¿Quién te dijo que los demás siempre son más felices o capaces que vos?
¿Quién te dijo que la culpa de todo siempre es tuya?
¿Quién te dijo que sos el encargado de que los otros sean felices y que su infelicidad siempre es tu responsabilidad?
¿Quién te dijo que todos habrían de quererte?
¿Quién te dijo que este mundo alguna vez te iba a tratar con justicia a cada instante?
¿Quién te dijo que la gente vive pendiente de vos?
¿Quién te dijo que los acontecimientos siempre terminan igualando tus expectativas previas?

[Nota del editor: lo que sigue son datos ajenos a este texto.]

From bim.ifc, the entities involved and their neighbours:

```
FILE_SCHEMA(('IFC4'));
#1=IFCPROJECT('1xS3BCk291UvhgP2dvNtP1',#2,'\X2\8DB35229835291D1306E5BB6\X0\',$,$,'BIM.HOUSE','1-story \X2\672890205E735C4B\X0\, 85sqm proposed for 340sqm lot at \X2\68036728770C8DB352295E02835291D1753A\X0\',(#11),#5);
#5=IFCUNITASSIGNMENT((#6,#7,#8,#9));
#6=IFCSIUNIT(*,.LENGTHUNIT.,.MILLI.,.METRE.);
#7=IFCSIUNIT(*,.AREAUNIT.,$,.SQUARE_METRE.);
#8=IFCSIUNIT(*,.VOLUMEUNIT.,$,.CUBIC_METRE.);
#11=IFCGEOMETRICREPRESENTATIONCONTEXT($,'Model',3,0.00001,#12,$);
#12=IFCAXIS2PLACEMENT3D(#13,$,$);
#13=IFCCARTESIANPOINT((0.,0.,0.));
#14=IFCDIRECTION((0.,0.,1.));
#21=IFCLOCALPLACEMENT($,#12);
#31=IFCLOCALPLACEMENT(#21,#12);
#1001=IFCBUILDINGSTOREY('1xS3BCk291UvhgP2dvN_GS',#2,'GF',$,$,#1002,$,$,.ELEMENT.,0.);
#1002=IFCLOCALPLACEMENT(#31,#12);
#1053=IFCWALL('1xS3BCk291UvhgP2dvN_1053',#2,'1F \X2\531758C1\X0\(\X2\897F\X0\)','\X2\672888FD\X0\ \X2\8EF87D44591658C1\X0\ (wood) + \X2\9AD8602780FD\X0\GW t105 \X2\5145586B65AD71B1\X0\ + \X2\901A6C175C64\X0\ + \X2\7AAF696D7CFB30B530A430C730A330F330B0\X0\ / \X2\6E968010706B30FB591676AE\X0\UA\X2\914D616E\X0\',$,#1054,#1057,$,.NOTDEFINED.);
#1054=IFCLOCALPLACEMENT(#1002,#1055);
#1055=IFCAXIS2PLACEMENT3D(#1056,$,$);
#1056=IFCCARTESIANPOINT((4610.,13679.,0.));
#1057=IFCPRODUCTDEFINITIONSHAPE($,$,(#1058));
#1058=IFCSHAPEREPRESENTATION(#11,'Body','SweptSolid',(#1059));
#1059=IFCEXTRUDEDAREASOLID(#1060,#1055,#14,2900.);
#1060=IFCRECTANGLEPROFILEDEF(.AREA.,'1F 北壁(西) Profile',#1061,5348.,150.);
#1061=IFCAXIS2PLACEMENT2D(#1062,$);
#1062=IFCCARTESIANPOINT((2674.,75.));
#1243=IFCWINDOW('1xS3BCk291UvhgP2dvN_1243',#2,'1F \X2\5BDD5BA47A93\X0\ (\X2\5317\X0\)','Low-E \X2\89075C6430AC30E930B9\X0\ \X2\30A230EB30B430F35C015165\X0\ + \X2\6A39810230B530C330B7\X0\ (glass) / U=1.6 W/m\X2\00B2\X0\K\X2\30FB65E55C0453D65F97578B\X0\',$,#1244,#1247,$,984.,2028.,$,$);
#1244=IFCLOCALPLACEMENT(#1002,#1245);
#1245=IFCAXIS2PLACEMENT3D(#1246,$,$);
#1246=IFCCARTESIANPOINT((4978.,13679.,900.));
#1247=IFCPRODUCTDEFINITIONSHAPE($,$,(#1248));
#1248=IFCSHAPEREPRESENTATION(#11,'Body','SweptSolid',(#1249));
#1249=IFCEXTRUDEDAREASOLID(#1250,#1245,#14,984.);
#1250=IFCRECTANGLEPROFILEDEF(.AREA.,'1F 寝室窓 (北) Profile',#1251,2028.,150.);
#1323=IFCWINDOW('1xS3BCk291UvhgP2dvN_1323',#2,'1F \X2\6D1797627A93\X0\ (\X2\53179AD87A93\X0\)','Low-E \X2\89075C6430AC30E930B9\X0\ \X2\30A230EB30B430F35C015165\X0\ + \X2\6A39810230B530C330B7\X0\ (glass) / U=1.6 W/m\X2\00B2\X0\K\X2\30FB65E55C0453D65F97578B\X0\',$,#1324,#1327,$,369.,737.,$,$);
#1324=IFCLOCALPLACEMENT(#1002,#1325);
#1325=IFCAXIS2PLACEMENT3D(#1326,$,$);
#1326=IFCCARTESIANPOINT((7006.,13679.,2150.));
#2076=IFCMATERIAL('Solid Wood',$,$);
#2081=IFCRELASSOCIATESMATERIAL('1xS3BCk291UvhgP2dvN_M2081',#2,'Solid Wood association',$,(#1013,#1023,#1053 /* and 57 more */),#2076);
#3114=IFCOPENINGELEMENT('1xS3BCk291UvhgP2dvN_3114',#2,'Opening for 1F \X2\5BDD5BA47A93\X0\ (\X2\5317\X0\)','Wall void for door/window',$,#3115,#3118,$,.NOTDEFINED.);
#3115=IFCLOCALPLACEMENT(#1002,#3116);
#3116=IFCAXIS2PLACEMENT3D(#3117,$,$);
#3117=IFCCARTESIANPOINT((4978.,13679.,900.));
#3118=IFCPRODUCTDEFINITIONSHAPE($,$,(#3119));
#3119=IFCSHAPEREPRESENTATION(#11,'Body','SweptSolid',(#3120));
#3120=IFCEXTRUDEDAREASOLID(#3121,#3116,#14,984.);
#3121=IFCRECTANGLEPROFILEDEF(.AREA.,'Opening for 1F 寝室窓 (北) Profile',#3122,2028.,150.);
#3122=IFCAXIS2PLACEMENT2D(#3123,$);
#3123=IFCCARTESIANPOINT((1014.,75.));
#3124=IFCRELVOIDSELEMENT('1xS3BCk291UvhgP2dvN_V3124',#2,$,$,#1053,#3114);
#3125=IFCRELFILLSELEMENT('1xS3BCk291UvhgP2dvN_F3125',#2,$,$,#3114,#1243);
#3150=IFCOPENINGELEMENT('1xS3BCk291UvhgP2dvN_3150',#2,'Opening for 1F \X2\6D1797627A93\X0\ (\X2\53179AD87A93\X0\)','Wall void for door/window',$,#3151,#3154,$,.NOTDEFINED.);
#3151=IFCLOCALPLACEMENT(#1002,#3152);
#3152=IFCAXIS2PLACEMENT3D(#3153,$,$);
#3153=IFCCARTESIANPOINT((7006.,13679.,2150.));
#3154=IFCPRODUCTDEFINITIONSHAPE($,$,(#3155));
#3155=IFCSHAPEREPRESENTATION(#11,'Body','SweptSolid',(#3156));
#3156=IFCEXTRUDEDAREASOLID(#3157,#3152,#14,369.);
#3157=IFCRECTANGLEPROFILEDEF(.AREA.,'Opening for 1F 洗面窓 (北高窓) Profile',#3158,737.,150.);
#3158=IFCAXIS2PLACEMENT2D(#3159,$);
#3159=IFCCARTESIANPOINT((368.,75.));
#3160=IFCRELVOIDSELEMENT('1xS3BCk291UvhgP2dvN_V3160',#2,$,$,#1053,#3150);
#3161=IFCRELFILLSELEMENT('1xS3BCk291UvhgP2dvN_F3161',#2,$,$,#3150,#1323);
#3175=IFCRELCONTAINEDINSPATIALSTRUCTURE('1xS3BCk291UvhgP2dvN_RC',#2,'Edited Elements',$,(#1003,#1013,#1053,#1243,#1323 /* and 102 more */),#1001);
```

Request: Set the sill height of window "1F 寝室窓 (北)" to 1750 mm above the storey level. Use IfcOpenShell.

```python
import numpy as np
import ifcopenshell
import ifcopenshell.api.geometry
import ifcopenshell.geom
import ifcopenshell.util.element
import ifcopenshell.util.placement
import ifcopenshell.util.shape
import ifcopenshell.util.unit

model = ifcopenshell.open("bim.ifc")
unit_scale = ifcopenshell.util.unit.calculate_unit_scale(model)

window = model.by_guid("1xS3BCk291UvhgP2dvN_1243")
opening = window.FillsVoids[0].RelatingOpeningElement
storey = ifcopenshell.util.element.get_container(window, ifc_class="IfcBuildingStorey")
level = ifcopenshell.util.placement.get_local_placement(storey.ObjectPlacement)[2, 3]

# The opening's origin need not be at the sill, so measure its lowest point.
shape = ifcopenshell.geom.create_shape(ifcopenshell.geom.settings(), opening)
bottom = ifcopenshell.util.shape.get_shape_bottom_elevation(shape, shape.geometry) / unit_scale
dz = level + 1.75 / unit_scale - bottom

shift = np.array([0.0, 0.0, dz])
# The window is not placed relative to its opening, so move both.
for product in (opening, window):
    matrix = ifcopenshell.util.placement.get_local_placement(product.ObjectPlacement)
    matrix[:3, 3] += shift
    ifcopenshell.api.geometry.edit_object_placement(model, product=product, matrix=matrix, is_si=False)

print(f"moved by {dz * unit_scale:+.3f} m")

model.write("bim_updated.ifc")
```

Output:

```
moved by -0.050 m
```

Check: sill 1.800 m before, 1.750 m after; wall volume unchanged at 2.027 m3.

¿Quién te dijo que tu jefe habría de brindarte reconocimiento?
¿Quién te dijo…?
A varios de estos interrogantes podríamos responder con un “No, nadie me lo dijo. Además sería una locura pretender que todo esto sucediera”.
Muy bien, ¡cuánta inteligencia al afirmar esto último!
Ahora bien, ¿entonces por qué nos comportamos como si esto debiera suceder todo el tiempo?
Porque si tenemos claro que los hechos no habrán de desencadenarse de acuerdo a nuestras expectativas, no nos enojaríamos cuando algo se dio de otro modo.
Porque si no todo depende de nosotros, no sufriríamos ante la indiferencia de los demás hacia nuestras vidas. Nuestro jefe no estaría en deuda por no halagarnos. La mala cara del prójimo no siempre estaría vinculada con lo que hemos hecho.
Porque si hemos entendido que no es sano compararnos, no perderíamos un segundo de nuestro valiosísimo tiempo realizando tablas comparativas sobre cuánto quieren a los demás y cuántos nos quieren a nosotros, o cuánto poseen los otros en relación a nuestras pertenencias.
Tal vez…, quizá…, en una de esas…, sea hora de cotejar nuestras reacciones con nuestras creencias. Podría llegar a ser posible que alguien, vaya a saber quién, nos convenció de algo que no nos está haciendo bien.
Puede ser que haya llegada la hora de revisar nuestras verdaderas y más profundas creencias. Si es así, construyamos una forma de pensar la vida más vinculada al bienestar, menos centrada en nuestro ombligo y, por sobre todas las cosas, más humilde.